It’s not just the show’s legions of fans who have taken notice of Braun’s scene-stealing performances, either. Last year, he was nominated for an Emmy for Outstanding Supporting Actor in a Drama Series, going up against co-stars Culkin and Macfadyen (they ended up losing to Billy Crudup, with whom Braun appeared in the 2015 docudrama The Stanford Prison Experiment). “It was pretty surreal,” says Braun, who attended the virtual ceremony couchside with his family, wearing a navy Paul Smith suit and matching bedazzled Crocs. “It’s this feeling of ‘People know who I am and they voted and checked my name off?’”

The same week the actor received his nomination, he also made headlines for a completely different reason. While quarantining with friends in Los Angeles in May 2020, Braun put out a call on his Instagram for musicians to help him out with a song idea. His 200,000 followers responded, and the result was “Antibodies (Do You Have The),” a tongue-in-cheek pop-punk anthem about — you guessed it — the COVID-19 pandemic (sample lyric: “Before you spend the night, can you find a testing site?”).
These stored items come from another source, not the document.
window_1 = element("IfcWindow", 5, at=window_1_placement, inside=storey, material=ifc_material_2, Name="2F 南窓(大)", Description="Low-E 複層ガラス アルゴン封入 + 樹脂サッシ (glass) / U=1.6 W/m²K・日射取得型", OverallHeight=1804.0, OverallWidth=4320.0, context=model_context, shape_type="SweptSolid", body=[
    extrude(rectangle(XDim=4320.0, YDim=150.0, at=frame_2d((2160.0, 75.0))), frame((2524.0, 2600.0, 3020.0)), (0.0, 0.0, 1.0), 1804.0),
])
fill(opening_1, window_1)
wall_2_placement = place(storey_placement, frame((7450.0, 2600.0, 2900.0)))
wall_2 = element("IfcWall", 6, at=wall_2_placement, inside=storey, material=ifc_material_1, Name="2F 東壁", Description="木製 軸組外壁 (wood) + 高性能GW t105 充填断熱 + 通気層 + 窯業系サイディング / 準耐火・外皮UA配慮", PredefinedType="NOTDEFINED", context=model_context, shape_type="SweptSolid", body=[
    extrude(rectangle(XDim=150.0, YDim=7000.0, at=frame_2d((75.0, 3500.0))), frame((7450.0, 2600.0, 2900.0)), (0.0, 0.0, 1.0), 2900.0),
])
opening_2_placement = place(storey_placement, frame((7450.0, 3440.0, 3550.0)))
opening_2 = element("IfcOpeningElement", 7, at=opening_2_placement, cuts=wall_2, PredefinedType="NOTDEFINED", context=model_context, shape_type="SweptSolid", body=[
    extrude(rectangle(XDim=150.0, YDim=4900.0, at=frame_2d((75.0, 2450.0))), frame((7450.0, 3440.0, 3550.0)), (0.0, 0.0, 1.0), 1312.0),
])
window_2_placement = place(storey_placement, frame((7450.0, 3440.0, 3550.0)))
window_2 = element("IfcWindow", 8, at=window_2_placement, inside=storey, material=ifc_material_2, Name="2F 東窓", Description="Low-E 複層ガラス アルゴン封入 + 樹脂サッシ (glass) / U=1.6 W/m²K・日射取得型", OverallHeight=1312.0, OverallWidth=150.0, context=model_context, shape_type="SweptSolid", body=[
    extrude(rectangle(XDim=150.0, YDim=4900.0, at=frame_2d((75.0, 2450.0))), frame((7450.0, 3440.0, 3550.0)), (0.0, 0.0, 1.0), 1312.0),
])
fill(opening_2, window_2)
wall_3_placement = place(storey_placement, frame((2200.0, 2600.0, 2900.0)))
In the accompanying music video released by Atlantic Records, Braun does his best rock star impression, wielding a mic and guitar outside in a tank top, Lenny Kravitz−esque scarf, fingerless gloves, and a face mask. A portion of the proceeds from the single and merch went to the health charities Partners in Health and the COPE program. “It would be really fun to make an album like that, but I’m not Machine Gun Kelly with tattoos all over my body and piercings in my nose,” he says with a laugh.
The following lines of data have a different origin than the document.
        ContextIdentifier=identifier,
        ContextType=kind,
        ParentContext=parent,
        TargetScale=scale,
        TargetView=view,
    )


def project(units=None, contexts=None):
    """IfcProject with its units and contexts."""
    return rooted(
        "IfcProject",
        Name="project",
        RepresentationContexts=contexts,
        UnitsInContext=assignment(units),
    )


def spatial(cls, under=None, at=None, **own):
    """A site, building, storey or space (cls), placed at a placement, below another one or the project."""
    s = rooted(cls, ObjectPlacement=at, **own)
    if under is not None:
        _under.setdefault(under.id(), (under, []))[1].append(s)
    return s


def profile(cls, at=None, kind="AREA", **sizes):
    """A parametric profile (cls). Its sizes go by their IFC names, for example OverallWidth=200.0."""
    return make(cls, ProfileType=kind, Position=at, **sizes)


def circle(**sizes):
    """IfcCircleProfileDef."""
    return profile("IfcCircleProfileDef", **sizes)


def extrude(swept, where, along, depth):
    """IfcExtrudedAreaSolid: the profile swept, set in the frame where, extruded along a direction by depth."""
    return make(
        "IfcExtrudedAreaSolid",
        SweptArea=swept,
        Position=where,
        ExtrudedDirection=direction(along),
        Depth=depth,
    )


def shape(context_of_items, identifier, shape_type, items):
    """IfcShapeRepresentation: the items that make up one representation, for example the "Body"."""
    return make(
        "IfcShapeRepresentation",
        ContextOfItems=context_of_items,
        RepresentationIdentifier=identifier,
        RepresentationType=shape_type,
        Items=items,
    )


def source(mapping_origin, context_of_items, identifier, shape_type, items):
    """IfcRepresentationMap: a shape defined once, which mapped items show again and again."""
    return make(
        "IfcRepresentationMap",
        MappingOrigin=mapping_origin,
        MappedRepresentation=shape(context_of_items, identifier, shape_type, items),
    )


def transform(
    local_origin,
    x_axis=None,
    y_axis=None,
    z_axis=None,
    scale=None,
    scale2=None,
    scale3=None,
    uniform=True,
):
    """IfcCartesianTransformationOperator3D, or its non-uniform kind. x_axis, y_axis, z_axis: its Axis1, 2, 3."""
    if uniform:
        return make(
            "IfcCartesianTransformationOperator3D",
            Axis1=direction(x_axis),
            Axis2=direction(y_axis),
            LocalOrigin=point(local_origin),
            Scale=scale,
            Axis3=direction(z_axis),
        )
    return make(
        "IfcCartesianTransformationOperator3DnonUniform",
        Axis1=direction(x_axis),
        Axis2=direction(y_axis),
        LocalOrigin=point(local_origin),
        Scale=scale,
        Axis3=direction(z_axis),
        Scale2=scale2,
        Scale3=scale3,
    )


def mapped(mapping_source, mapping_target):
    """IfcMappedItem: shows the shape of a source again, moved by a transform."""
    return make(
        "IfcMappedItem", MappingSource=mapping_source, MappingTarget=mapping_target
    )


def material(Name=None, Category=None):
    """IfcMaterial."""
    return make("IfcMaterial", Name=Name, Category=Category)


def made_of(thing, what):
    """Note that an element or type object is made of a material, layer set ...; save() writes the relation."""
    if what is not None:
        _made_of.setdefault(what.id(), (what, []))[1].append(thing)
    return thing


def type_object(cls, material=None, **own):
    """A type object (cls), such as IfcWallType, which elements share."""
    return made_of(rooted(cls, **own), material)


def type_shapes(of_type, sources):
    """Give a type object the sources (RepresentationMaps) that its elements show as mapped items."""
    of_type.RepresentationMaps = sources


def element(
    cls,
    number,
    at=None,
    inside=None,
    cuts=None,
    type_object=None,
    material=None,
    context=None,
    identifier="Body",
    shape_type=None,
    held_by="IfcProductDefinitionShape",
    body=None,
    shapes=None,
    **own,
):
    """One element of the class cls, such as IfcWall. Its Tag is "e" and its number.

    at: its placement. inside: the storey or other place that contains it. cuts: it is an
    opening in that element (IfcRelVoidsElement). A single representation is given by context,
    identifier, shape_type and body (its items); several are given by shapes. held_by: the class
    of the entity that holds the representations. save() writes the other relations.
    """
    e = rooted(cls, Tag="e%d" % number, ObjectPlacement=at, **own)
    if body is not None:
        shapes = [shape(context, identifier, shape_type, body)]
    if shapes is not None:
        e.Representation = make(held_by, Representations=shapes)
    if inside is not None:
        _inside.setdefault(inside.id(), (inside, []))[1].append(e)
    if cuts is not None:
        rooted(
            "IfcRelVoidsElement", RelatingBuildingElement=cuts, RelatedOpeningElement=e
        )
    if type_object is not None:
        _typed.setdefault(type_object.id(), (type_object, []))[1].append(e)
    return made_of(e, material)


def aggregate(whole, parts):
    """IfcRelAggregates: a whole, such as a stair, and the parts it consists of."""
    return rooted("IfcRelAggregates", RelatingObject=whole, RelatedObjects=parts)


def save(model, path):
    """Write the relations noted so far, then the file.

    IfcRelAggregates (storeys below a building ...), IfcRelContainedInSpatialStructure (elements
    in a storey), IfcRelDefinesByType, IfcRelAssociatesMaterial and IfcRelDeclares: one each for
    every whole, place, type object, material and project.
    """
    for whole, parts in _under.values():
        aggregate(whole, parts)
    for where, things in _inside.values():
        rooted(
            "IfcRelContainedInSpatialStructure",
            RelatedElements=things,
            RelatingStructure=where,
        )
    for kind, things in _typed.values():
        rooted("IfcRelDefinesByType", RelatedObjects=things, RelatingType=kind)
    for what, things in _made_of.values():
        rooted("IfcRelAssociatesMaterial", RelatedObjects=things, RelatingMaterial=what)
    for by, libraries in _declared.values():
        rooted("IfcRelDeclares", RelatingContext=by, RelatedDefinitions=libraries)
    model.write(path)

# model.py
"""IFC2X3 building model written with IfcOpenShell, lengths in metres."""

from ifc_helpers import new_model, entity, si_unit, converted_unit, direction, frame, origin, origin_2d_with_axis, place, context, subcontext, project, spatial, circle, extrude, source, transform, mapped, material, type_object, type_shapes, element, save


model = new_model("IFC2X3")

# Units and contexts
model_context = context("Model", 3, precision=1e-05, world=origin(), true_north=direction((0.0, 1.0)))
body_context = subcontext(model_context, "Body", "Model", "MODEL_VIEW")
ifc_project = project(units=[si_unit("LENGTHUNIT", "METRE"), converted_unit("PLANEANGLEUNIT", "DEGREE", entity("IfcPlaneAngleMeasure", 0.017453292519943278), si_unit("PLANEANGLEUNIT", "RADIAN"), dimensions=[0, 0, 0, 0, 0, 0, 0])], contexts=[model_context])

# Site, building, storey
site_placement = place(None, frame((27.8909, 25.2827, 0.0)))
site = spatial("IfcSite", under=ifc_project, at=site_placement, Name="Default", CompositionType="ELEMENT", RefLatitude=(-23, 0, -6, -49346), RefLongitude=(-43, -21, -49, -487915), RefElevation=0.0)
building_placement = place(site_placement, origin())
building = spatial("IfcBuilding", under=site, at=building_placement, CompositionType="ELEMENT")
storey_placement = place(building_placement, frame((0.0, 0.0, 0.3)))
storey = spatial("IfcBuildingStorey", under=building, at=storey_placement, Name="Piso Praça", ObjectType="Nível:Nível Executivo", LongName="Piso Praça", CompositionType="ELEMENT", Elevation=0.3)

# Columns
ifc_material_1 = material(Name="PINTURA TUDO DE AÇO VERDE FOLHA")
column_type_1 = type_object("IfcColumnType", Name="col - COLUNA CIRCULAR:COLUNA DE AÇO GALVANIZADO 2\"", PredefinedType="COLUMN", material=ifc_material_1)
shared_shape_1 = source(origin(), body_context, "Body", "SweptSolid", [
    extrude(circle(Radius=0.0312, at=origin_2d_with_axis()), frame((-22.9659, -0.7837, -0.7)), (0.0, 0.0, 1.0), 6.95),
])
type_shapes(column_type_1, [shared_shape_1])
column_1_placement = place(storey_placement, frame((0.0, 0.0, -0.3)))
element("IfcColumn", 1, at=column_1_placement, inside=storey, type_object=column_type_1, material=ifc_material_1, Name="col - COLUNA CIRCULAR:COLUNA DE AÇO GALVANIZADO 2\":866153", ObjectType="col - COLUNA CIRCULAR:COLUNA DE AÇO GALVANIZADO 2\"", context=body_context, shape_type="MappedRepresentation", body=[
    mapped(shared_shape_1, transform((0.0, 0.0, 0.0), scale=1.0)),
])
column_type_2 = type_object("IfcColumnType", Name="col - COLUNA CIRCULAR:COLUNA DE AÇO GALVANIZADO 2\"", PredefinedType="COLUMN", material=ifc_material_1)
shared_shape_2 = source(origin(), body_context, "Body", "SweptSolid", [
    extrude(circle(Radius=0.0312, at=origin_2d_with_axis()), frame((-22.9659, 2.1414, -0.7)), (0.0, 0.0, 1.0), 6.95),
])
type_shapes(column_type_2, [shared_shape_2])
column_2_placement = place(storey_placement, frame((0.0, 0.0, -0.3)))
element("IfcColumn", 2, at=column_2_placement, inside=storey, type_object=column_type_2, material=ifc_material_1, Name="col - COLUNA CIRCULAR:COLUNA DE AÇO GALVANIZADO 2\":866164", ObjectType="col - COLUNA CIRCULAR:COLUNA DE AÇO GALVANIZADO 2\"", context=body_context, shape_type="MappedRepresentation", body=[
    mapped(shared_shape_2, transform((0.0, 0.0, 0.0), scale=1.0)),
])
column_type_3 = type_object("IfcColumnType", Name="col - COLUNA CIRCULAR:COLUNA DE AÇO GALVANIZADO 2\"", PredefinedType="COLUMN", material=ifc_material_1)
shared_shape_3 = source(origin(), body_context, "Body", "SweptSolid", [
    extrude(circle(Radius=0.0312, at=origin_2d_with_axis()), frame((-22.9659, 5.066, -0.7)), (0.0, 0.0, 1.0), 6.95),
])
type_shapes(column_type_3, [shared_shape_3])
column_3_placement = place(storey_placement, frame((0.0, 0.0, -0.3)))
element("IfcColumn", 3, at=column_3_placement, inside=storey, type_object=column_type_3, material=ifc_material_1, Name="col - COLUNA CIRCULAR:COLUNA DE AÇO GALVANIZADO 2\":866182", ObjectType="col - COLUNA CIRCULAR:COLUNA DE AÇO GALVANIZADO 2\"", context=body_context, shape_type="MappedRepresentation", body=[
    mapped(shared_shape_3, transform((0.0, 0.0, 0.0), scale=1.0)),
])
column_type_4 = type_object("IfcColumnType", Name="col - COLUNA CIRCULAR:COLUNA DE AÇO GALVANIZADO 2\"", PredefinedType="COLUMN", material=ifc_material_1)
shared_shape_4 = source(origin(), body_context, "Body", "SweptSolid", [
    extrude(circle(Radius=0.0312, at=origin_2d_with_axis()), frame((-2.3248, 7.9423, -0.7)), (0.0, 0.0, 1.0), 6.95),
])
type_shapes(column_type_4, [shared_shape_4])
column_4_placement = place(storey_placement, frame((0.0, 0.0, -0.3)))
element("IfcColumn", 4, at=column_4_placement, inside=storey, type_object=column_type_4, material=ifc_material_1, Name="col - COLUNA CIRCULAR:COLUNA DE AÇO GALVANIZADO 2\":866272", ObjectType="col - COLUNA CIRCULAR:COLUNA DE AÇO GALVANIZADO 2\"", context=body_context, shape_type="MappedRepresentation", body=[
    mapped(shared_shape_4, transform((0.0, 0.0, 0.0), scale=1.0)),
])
Shirt by Louis Vuitton Men’s; pants by Todd Snyder; necklace and bracelets by David Yurman (all price upon request).

Braun has a piano in his apartment, though, and in his spare time writes and produces songs, often with his younger brother Christopher, who makes music professionally as DEYO. “A lot of the time I’m like, ‘Should I release this into the world?’ It’ll come at a certain point,” admits Braun, adding that “Atlantic Records has been really welcoming and inviting me to write more music.” (When asked if Succession fans could ever see his character pick up the acoustic guitar à la Kendall’s cringeworthy “L to the OG” rap in season two, Braun good-naturedly deflects, saying “I don’t think Greg’s musical. I won’t speak on any serenading or seducing.”) Lately, he’s been listening to a “lot of hip hop,” indie rock acts like Soccer Mommy, Andy Shauf, and Peach Pit, as well as ’90s radio mainstay Third Eye Blind (“I did a revisit through their big album and was like ‘Goddamn, these songs are classics’”).

Whether he’s addressing rumours of him becoming the next James Bond in an atrocious fake British accent (“I haven’t been working out all year but they were cool with that”) or straight-faced- ly shooting his shot with Kim Kardashian, Braun has embraced Instagram as a place to showcase his comedic chops. “It’s such a fine line,” he says. “You don’t want to put up stuff that’s like, ‘Hey, don’t forget about me! I’m still here!’ But then John Mayer puts up pictures of himself looking cool in a cool outfit, and I’m like, ‘What’s the problem with it?’ He’s just embracing [the fact] that he looks cool today.” Completely aware of his newfound celebrity, Braun says he’ll sometimes run these video ideas by a handful of friends (including Keough) for approval before posting.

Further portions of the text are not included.